UniMoE-Audio: Unified Speech and Music Generation with Dynamic-Capacity MoE

Zhenyu Liu, Yunxin Li, Xuanyu Zhang, Qixun Teng, Shenyuan Jiang, Xinyu Chen, Haoyuan Shi, Jinchao Li, Qi Wang, Haolan Chen, Fanbo Meng, Mingjun Zhao, Yu Xu, Yancheng He, Baotian Hu, Min Zhang

16 Oct 2025 3 min read

AI-generated image, based on the article abstract

Quick Insight

AI That Can Sing and Compose Music in One Go

Ever imagined a single computer program that can both talk like a friend and compose a catchy tune? Scientists have built such a system, called UniMoE‑Audio, that blends speech and music generation into one smart AI. Instead of training separate programs, this model learns to switch between “talking” and “playing” modes, much like a talented musician who can pick up a microphone or a guitar at the drop of a hat. The secret sauce is a flexible “expert team” inside the AI that decides on the fly how many specialists to use, so it never gets overwhelmed by the huge amount of music data or the smaller speech data. The result? Clearer, more natural‑sounding speech and richer, more creative music—both beating previous benchmarks. This breakthrough means future apps could let you chat with a virtual assistant that also writes background scores for your videos, all without juggling multiple programs. Imagine the possibilities for creators, educators, and anyone who loves sound. The future of audio is finally speaking in harmony.

Short Review

Advancing Universal Audio Generation with UniMoE-Audio

This insightful article introduces UniMoE-Audio, a pioneering unified model designed for both speech and music generation. It directly addresses the long-standing challenges of task conflicts and severe data imbalances that have historically hindered progress in universal audio synthesis. The authors propose a novel Dynamic-Capacity Mixture-of-Experts (MoE) framework, coupled with an innovative three-stage training curriculum, to overcome these obstacles. Through extensive experimentation, UniMoE-Audio demonstrates state-of-the-art performance across major speech and music generation benchmarks, showcasing superior synergistic learning and effectively mitigating performance degradation often seen in naive joint training approaches.

Critical Evaluation of UniMoE-Audio

Strengths

The core strength of UniMoE-Audio lies in its sophisticated architectural design. The Dynamic-Capacity MoE framework, featuring a Top-P routing strategy and hybrid experts (routed, shared, and null), intelligently allocates computational resources and captures both domain-specific and domain-agnostic features. This adaptive approach effectively resolves the inherent task conflicts between speech and music generation. Furthermore, the meticulously crafted three-stage training curriculum—comprising Independent Specialist Training, MoE Integration and Warmup, and Synergistic Joint Training—is highly effective in leveraging imbalanced datasets, preventing catastrophic forgetting, and fostering enhanced cross-domain synergy.

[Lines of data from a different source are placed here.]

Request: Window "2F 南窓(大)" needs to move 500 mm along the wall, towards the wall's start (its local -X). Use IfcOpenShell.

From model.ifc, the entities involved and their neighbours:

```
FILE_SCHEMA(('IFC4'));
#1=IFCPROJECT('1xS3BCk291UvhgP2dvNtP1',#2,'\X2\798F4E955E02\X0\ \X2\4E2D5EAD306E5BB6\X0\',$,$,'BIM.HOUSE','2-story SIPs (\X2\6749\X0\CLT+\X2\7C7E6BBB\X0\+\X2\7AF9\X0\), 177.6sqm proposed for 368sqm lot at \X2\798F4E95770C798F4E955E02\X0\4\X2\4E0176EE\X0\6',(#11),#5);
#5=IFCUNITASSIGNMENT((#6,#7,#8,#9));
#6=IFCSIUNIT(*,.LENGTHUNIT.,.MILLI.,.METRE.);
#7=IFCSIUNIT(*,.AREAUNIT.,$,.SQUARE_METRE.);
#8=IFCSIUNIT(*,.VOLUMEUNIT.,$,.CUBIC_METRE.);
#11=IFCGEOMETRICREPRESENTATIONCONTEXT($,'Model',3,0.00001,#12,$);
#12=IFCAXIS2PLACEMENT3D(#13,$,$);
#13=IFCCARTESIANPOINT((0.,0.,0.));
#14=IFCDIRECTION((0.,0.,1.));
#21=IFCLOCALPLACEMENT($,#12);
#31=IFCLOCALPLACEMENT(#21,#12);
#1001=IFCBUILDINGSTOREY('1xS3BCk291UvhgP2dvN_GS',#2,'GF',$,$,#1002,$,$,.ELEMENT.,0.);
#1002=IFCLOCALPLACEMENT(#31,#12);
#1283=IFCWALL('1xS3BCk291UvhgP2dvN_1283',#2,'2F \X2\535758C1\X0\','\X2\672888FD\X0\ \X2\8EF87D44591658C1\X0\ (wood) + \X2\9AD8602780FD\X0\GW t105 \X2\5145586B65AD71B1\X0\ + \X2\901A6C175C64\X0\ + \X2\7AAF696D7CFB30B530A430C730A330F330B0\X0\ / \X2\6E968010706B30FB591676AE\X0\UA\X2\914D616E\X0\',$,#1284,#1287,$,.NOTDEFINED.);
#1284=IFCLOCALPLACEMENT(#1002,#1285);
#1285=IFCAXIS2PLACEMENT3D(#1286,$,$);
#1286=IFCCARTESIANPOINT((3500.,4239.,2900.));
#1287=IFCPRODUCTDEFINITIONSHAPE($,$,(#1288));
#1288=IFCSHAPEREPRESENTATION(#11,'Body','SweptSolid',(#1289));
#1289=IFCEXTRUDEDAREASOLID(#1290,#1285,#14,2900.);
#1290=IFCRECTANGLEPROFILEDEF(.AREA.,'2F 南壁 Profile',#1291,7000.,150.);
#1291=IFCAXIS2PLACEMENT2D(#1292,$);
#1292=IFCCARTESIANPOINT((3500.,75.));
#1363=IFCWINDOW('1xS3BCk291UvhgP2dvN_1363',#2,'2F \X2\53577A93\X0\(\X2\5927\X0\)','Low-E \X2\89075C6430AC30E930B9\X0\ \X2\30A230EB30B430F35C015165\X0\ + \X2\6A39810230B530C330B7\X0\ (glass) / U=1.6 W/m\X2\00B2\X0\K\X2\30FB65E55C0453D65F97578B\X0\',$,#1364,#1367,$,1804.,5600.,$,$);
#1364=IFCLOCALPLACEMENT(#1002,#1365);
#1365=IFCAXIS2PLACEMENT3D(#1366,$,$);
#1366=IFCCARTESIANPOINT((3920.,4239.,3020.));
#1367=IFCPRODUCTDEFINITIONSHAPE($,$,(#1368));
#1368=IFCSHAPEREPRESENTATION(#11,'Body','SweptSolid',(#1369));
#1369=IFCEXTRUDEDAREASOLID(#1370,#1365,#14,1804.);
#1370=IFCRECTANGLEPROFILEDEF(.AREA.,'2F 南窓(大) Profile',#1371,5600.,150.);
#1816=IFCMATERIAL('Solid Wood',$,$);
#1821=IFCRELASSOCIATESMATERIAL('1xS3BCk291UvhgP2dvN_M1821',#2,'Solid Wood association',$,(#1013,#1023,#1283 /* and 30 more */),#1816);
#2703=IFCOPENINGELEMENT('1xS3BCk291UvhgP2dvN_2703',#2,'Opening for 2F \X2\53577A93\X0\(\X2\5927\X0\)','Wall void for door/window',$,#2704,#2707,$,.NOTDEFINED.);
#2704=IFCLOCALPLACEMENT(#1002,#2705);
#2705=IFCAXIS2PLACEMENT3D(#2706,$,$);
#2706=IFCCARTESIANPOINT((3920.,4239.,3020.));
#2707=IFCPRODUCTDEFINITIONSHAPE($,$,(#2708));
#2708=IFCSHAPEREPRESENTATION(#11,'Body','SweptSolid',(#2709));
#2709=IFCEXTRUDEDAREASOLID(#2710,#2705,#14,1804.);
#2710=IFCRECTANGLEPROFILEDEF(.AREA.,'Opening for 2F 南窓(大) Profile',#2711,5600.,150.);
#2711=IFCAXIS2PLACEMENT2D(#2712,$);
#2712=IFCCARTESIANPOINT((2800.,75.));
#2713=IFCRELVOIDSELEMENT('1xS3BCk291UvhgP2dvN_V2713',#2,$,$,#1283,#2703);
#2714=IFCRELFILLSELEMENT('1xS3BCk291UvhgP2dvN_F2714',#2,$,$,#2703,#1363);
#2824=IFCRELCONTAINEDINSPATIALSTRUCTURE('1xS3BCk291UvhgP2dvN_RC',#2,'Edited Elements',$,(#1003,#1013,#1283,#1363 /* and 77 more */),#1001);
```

```python
import ifcopenshell
import ifcopenshell.api.geometry
import ifcopenshell.util.placement
import ifcopenshell.util.unit

model = ifcopenshell.open("model.ifc")
unit_scale = ifcopenshell.util.unit.calculate_unit_scale(model)

window = model.by_guid("1xS3BCk291UvhgP2dvN_1363")
opening = window.FillsVoids[0].RelatingOpeningElement
wall = opening.VoidsElements[0].RelatingBuildingElement

wall_matrix = ifcopenshell.util.placement.get_local_placement(wall.ObjectPlacement)
shift = wall_matrix[:3, 0] * -0.5 / unit_scale
before = ifcopenshell.util.placement.get_local_placement(window.ObjectPlacement)[:3, 3].copy()

# The window is not placed relative to its opening, so move both.
for product in (opening, window):
    matrix = ifcopenshell.util.placement.get_local_placement(product.ObjectPlacement)
    matrix[:3, 3] += shift
    ifcopenshell.api.geometry.edit_object_placement(model, product=product, matrix=matrix, is_si=False)

after = ifcopenshell.util.placement.get_local_placement(window.ObjectPlacement)[:3, 3]
print("window moved by", (after - before).round(3) + 0.0)

model.write("model_edited.ifc")
```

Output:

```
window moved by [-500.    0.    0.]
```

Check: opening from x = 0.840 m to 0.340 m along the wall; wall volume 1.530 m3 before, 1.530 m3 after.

Experimental results consistently highlight UniMoE-Audio's superior performance, achieving state-of-the-art results in both speech synthesis (measured by metrics like UTMOS) and aesthetic music generation (evaluated via CLAP and Fréchet Audio Distance). The model's ability to maintain high quality across diverse tasks, including Text-to-Music and Video-to-Music, underscores its robustness and the efficacy of its specialized MoE architecture in mitigating task conflict compared to dense baselines.

Considerations and Future Scope

While UniMoE-Audio presents a robust and highly effective solution, the inherent complexity of its MoE architecture and multi-stage training curriculum might pose challenges for broader implementation or require significant computational resources. Future research could explore optimizing these aspects for greater efficiency or extending its capabilities to an even wider array of audio tasks beyond speech and music, such as environmental sounds or sound effects, further pushing the boundaries of universal audio generation.

Conclusion

UniMoE-Audio represents a significant leap forward in the pursuit of universal audio generation. By innovatively tackling task conflicts and data imbalance through its specialized MoE architecture and a carefully designed training strategy, the model not only achieves state-of-the-art performance but also demonstrates profound synergistic learning. This work provides a compelling blueprint for future research in unified multimodal models, paving the way for more comprehensive and high-fidelity AI-driven audio content creation.